Cosmological expansion around ropes between galaxies The FLRW cosmology is a fair approximation of cosmological expansion for space between galaxies and clusters, however within galaxies themselves, is known to not hold, and in fact observational constraints limit expansion within galaxies to being negligible.
It is interesting to ponder other edge cases between expanding and non-expanding cosmology dynamics. For example, consider the asymptotic expansion of taking a cluster of galaxies and connect them with matter tubes or tendrils of certain thickness and density. It seems that such construction can be made so it would shift a negligible percentage of mass from the galaxies into the tubes. In summary, I want to consider the geometric evolution of a connected network of galaxies.
Qualitatively, the long term cosmological expansion of such clusters would seem to have a few distinct possibilities:

*

*Either the tendrils cannot be made thick/dense enough to be stable enough over cosmological ages, and still be considered essentially unidimensional, relative to the bidimensional scales of disc-like galaxies themselves. Hence they will expand and dillute over time.
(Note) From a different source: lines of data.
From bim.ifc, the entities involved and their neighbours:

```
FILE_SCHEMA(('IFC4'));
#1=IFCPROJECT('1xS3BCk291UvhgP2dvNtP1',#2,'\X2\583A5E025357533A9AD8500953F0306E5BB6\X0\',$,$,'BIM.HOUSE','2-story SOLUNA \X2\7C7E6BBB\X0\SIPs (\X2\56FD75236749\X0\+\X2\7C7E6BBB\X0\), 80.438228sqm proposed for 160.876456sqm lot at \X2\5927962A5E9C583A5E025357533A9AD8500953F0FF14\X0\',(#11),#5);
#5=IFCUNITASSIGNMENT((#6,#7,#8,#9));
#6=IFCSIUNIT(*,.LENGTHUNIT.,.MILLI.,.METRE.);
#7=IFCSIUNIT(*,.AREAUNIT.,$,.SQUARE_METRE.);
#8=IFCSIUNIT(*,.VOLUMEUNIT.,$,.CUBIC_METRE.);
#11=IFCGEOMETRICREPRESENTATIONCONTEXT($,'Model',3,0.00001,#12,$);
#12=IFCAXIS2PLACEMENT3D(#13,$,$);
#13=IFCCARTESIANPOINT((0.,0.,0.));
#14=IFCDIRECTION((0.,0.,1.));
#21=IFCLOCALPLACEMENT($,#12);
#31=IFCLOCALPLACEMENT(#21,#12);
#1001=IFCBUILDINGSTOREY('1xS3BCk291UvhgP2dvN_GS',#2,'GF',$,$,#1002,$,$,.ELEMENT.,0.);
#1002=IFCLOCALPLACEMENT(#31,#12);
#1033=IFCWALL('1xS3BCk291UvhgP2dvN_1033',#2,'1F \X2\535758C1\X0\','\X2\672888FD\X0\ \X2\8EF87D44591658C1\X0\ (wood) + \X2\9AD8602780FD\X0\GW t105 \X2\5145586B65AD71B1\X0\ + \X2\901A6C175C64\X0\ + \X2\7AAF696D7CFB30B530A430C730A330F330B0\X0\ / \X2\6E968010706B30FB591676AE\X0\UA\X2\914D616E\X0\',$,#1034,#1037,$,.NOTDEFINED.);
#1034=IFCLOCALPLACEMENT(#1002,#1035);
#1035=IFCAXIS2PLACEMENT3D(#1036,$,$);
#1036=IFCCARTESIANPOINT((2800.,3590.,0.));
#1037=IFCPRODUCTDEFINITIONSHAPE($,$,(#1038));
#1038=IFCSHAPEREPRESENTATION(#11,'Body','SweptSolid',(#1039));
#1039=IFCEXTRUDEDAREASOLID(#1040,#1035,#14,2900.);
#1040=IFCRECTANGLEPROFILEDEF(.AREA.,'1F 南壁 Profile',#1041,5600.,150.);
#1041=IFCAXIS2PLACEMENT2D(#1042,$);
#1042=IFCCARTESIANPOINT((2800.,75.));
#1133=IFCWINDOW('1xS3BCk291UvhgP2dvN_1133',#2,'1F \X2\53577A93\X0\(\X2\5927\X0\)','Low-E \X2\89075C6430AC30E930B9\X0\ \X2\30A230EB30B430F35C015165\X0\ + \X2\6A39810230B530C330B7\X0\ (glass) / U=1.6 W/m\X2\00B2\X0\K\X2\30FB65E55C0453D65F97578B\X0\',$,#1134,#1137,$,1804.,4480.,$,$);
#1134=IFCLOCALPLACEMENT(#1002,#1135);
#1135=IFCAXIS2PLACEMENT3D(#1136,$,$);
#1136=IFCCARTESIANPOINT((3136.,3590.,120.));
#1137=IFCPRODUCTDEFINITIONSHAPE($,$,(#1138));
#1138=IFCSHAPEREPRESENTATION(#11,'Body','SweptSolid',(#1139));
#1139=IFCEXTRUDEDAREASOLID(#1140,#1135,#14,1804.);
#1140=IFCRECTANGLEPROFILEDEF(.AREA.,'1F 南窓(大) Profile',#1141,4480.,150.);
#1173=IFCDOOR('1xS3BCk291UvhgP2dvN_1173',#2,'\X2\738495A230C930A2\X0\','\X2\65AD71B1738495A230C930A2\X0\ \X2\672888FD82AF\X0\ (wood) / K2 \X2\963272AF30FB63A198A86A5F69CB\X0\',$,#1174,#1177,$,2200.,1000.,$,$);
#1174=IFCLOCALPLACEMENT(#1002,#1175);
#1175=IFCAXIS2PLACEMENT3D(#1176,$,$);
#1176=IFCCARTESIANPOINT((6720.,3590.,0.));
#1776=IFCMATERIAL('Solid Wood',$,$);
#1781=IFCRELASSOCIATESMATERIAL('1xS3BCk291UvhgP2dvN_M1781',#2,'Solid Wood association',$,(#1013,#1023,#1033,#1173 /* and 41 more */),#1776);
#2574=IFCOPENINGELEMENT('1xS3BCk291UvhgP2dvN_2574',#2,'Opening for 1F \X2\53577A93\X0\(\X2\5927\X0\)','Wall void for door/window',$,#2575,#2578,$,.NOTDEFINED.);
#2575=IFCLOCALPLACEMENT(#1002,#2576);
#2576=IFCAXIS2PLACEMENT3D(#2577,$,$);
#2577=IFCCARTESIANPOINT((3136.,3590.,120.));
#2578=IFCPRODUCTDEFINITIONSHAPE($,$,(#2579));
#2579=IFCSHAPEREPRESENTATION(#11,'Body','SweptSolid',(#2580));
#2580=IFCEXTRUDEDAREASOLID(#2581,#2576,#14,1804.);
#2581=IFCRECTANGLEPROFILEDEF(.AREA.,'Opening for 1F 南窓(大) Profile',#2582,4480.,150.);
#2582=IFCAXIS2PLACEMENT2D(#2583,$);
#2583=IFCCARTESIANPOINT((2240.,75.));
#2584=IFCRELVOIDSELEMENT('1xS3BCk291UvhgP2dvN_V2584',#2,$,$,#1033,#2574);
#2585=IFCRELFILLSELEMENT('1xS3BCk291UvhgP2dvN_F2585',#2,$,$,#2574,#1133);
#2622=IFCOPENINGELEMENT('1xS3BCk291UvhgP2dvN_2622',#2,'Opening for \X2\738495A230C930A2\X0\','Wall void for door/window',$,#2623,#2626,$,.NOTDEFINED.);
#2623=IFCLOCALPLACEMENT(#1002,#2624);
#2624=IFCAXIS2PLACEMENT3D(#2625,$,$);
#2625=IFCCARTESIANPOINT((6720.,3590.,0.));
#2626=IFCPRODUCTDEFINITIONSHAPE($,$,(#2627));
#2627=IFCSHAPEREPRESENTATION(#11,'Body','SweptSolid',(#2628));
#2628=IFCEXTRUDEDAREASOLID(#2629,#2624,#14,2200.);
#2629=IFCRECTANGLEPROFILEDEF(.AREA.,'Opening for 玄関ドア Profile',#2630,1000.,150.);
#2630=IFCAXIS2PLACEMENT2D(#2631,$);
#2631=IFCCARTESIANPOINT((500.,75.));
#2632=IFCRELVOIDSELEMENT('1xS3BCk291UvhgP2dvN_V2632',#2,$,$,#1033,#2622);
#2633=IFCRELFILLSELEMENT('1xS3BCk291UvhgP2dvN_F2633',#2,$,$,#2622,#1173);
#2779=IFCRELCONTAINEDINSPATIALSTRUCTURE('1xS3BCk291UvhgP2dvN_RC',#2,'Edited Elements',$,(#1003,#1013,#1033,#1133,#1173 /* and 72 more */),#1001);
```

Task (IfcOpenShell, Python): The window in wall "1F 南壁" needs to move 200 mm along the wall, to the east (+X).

```python
import ifcopenshell
import ifcopenshell.api.geometry
import ifcopenshell.util.placement

model = ifcopenshell.open("bim.ifc")

window = model.by_id(1133)
opening = window.FillsVoids[0].RelatingOpeningElement
wall = opening.VoidsElements[0].RelatingBuildingElement

wall_matrix = ifcopenshell.util.placement.get_local_placement(wall.ObjectPlacement)
shift = wall_matrix[:3, 0] * 200.0
before = ifcopenshell.util.placement.get_local_placement(window.ObjectPlacement)[:3, 3].copy()

# The window is not placed relative to its opening, so move both.
for product in (opening, window):
    matrix = ifcopenshell.util.placement.get_local_placement(product.ObjectPlacement)
    matrix[:3, 3] += shift
    ifcopenshell.api.geometry.edit_object_placement(model, product=product, matrix=matrix, is_si=False)

after = ifcopenshell.util.placement.get_local_placement(window.ObjectPlacement)[:3, 3]
print("window moved by", (after - before).round(3) + 0.0)

model.write("bim_updated.ifc")
```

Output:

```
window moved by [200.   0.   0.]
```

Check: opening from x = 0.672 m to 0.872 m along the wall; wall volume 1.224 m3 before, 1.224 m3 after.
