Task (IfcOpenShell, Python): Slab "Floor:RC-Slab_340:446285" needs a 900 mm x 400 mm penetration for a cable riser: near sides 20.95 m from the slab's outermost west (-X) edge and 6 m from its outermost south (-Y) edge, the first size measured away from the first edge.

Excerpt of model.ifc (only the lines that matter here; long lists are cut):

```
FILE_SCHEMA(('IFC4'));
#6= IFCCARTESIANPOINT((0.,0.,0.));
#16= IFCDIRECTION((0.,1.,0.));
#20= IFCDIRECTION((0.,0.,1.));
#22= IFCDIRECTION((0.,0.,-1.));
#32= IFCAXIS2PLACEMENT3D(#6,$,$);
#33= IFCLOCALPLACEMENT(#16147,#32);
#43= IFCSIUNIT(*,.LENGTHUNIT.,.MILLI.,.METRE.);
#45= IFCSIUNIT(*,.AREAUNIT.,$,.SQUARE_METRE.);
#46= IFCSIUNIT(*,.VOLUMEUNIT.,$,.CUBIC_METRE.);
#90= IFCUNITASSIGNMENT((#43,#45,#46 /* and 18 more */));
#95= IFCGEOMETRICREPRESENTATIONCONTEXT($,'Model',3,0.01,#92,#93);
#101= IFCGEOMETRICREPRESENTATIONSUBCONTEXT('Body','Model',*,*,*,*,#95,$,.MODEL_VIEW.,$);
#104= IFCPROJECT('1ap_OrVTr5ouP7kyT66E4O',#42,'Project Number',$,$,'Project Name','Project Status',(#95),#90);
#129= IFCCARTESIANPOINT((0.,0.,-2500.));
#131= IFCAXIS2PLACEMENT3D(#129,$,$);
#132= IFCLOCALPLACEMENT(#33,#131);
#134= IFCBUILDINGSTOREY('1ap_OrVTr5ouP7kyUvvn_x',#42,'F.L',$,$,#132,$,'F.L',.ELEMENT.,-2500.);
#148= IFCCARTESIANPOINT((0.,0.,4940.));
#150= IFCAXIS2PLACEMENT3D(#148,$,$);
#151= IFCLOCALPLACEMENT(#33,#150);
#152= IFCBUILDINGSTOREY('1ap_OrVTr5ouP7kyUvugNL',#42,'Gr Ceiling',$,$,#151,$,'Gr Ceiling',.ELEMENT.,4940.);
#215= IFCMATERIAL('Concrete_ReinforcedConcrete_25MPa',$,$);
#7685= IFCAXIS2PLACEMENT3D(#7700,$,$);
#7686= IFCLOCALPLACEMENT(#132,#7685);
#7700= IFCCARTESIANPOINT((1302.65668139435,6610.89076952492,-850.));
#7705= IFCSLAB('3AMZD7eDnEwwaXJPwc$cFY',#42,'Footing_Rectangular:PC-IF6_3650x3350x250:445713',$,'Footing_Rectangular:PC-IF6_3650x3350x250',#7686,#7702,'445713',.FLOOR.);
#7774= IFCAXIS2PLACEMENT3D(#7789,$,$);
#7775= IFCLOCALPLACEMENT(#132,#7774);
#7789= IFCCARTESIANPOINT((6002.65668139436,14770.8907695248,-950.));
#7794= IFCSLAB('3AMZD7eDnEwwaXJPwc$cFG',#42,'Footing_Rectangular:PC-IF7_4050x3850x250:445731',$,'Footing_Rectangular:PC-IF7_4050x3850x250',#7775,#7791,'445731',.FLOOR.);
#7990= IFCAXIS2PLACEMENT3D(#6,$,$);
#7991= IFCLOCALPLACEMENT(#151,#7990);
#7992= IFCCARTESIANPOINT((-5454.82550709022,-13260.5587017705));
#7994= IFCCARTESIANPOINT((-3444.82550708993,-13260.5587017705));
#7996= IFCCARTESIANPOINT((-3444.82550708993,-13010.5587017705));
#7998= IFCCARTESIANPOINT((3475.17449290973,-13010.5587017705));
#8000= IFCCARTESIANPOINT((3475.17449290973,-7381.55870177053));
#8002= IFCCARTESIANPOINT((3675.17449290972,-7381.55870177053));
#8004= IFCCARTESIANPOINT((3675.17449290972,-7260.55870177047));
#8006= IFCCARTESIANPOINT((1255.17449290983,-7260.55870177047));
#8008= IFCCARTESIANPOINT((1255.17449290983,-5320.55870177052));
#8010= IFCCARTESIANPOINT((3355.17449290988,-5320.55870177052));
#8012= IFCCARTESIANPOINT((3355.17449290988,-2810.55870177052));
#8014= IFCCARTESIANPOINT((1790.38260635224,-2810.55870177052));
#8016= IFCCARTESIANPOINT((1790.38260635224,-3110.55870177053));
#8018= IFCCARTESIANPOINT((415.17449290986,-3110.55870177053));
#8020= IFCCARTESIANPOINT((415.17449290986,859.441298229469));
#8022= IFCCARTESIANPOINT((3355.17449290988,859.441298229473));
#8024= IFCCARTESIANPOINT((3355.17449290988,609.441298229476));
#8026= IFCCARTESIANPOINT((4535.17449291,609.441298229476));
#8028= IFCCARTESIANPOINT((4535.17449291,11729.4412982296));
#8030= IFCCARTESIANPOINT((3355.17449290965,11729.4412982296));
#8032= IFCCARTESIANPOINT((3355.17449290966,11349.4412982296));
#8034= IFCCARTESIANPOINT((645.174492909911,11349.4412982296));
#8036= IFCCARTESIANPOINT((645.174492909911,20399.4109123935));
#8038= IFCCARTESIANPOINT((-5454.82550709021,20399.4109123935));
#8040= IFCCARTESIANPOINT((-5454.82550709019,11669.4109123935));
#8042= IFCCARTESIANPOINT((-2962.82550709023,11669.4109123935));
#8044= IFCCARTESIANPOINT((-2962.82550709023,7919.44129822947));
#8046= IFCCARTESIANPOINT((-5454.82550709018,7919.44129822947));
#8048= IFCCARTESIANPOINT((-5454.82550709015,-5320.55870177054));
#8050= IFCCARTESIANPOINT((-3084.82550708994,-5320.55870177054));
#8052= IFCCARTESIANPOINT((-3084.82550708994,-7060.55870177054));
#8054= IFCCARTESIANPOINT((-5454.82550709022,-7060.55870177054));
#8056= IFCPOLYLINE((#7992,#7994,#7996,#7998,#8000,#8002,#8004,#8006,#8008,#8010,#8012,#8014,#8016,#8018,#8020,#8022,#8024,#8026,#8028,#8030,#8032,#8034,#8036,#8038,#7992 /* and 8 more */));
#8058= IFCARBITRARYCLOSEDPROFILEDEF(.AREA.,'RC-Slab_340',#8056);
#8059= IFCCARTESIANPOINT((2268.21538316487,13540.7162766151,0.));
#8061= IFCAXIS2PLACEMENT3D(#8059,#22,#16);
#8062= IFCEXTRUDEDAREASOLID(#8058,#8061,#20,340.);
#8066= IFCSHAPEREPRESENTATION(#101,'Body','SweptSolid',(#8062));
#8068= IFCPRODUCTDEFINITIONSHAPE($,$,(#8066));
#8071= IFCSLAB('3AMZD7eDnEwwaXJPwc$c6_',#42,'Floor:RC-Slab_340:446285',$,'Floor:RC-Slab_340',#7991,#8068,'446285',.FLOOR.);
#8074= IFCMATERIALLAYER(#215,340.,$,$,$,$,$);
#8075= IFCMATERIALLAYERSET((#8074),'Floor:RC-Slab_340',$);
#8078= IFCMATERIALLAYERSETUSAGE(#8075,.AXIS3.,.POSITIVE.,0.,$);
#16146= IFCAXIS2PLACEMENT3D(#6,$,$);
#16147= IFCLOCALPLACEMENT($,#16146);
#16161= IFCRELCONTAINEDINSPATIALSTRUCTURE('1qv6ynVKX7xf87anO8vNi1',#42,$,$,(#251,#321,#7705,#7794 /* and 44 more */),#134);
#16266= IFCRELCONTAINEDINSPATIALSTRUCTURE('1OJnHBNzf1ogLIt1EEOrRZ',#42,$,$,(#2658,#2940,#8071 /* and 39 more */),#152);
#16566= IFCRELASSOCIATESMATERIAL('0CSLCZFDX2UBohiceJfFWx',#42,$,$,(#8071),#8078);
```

```python
import numpy as np
import ifcopenshell
import ifcopenshell.api.feature
import ifcopenshell.api.geometry
import ifcopenshell.api.root
import ifcopenshell.geom
import ifcopenshell.util.placement
import ifcopenshell.util.representation
import ifcopenshell.util.shape
import ifcopenshell.util.unit

model = ifcopenshell.open("model.ifc")
unit_scale = ifcopenshell.util.unit.calculate_unit_scale(model)
settings = ifcopenshell.geom.settings()


def volume(element):
    """Net volume in cubic metres, openings subtracted."""
    shape = ifcopenshell.geom.create_shape(settings, element)
    return ifcopenshell.util.shape.get_volume(shape.geometry)


slab = model.by_guid("3AMZD7eDnEwwaXJPwc$c6_")
before = volume(slab)

# Extent in the slab's own axes, in metres. The edges named are its -X and -Y sides.
slab_shape = ifcopenshell.geom.create_shape(settings, slab)
vertices = ifcopenshell.util.shape.get_vertices(slab_shape.geometry)
x_min, y_min, bottom = vertices.min(axis=0)
top = vertices[:, 2].max()

opening = ifcopenshell.api.root.create_entity(model, ifc_class="IfcOpeningElement", name="Cable riser opening", predefined_type="OPENING")
context = ifcopenshell.util.representation.get_context(model, "Model", "Body", "MODEL_VIEW")
width, depth = 0.9, 0.4
outline = [(0.0, 0.0), (width, 0.0), (width, depth), (0.0, depth), (0.0, 0.0)]
# Overshoot both faces by 50 mm so the cut is clean.
shape = ifcopenshell.api.geometry.add_slab_representation(
    model, context=context, depth=top - bottom + 0.1, polyline=outline
)
ifcopenshell.api.geometry.assign_representation(model, product=opening, representation=shape)

matrix = ifcopenshell.util.placement.get_local_placement(slab.ObjectPlacement)
matrix[:, 3] = matrix @ np.append(np.array([x_min + 20.95, y_min + 6, bottom - 0.05]) / unit_scale, 1.0)
ifcopenshell.api.geometry.edit_object_placement(model, product=opening, matrix=matrix, is_si=False)
ifcopenshell.api.feature.add_feature(model, feature=opening, element=slab)

after = volume(slab)

print(f"slab volume {before:.3f} -> {after:.3f} m3")

model.write("model_edited.ifc")
```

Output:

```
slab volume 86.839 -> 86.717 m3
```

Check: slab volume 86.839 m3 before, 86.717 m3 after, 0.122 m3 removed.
*tendrils can be made stable enough, they will remain of constant density just like galaxies, but this disrupts topologically the FLRW approximation, in such a way as inhibiting cosmological expansion on the surrounding relatively empty intergalactic space between the galaxy nodes, and its tendril edges.

*tendrils can be made stable enough, they will remain of constant density just like galaxies, but they cannot however disrupt the FLRW approximation in the surrounding relatively empty intergalactic space, which means that this space keeps expanding like bubbles, deviating over time from being approximately flat, and becoming an Asymptotically Hyperbolic Void around galaxies and their connecting ropes.

Question: what is the right qualitative behavior that we should expect in this type of cosmological matter distributions?
Further clarification: In order to make the definition of an hyperbolic void clear within this context, consider a graph ABCD of four galaxies representing the sequential edges of a square. Light travels between these 4 galaxies in finite time across the tubes, but light traversing directly from A to C or B to D in the line-of-sight across intergalactic void will never reach the other side (It might expand Faster-Than-Light at some point, depending on the evolution of dark energy).
 A: You're mistaken. Mass doesn't mysteriously turn off expansion. There's just a distance regime (for a given mass) for which gravity dominates the combined effect of gravity and expansion.
Looking at the problem in one dimension:
Given $x'' = H^2x - GM/x^2$, for constants H, GM, there's some regime of small $x$ in which latter term dominates and the former can be approximated as zero. In SI units, on the scale of galaxies, $H^2$ is a tiny number (the Hubble factor squared has an order of $10^{-36} s^{-2}$) and  $GM$ is a huge number ($GM_{galaxy}$ has an order of $10^{32} m^3s^{-2}$), so the regime for which $x$ counts as "small" is also a huge number: order of $10^{22} m$ to get the expansion term to be 1/100 as large as the gravity term; an order of magnitude more distance and expansion starts to overtake gravity. So: we should predict that clusters of mass on the order of the mass of galaxies should retain satellites within distances of about $10^{22}m$ to $10^{23} m$. Outside of that distance, expansion should dominate, resulting in large and usually-increasing separations between groups of masses.
This prediction matches reality. The Local Group of galaxies (with a mass on the order of 10 times that of the Milky Way) is slightly less than $10^{23}m$ in diameter and its size is typical.
It's unlikely that if mass had a mysterious unknown interaction that turned off expansion within a certain radius, reality would work out to be exactly what we would predict just by adding Newtonian coordinate acceleration due to gravity to coordinate acceleration due to Hubble expansion and comparing which terms dominate over what domains.

Notes
In using only one term for gravity, I'm assuming that the second mass is much smaller than the first. However, even supposing we used two equal masses, it would be of little impact to an order of magnitude estimate.
Any galaxy can be used as the origin for the one-dimensional problem. Expanding the problem to three dimensions, any inertial trajectory can be used as the origin, although picking one that isn't comoving with a galaxy's center will make the math a pain.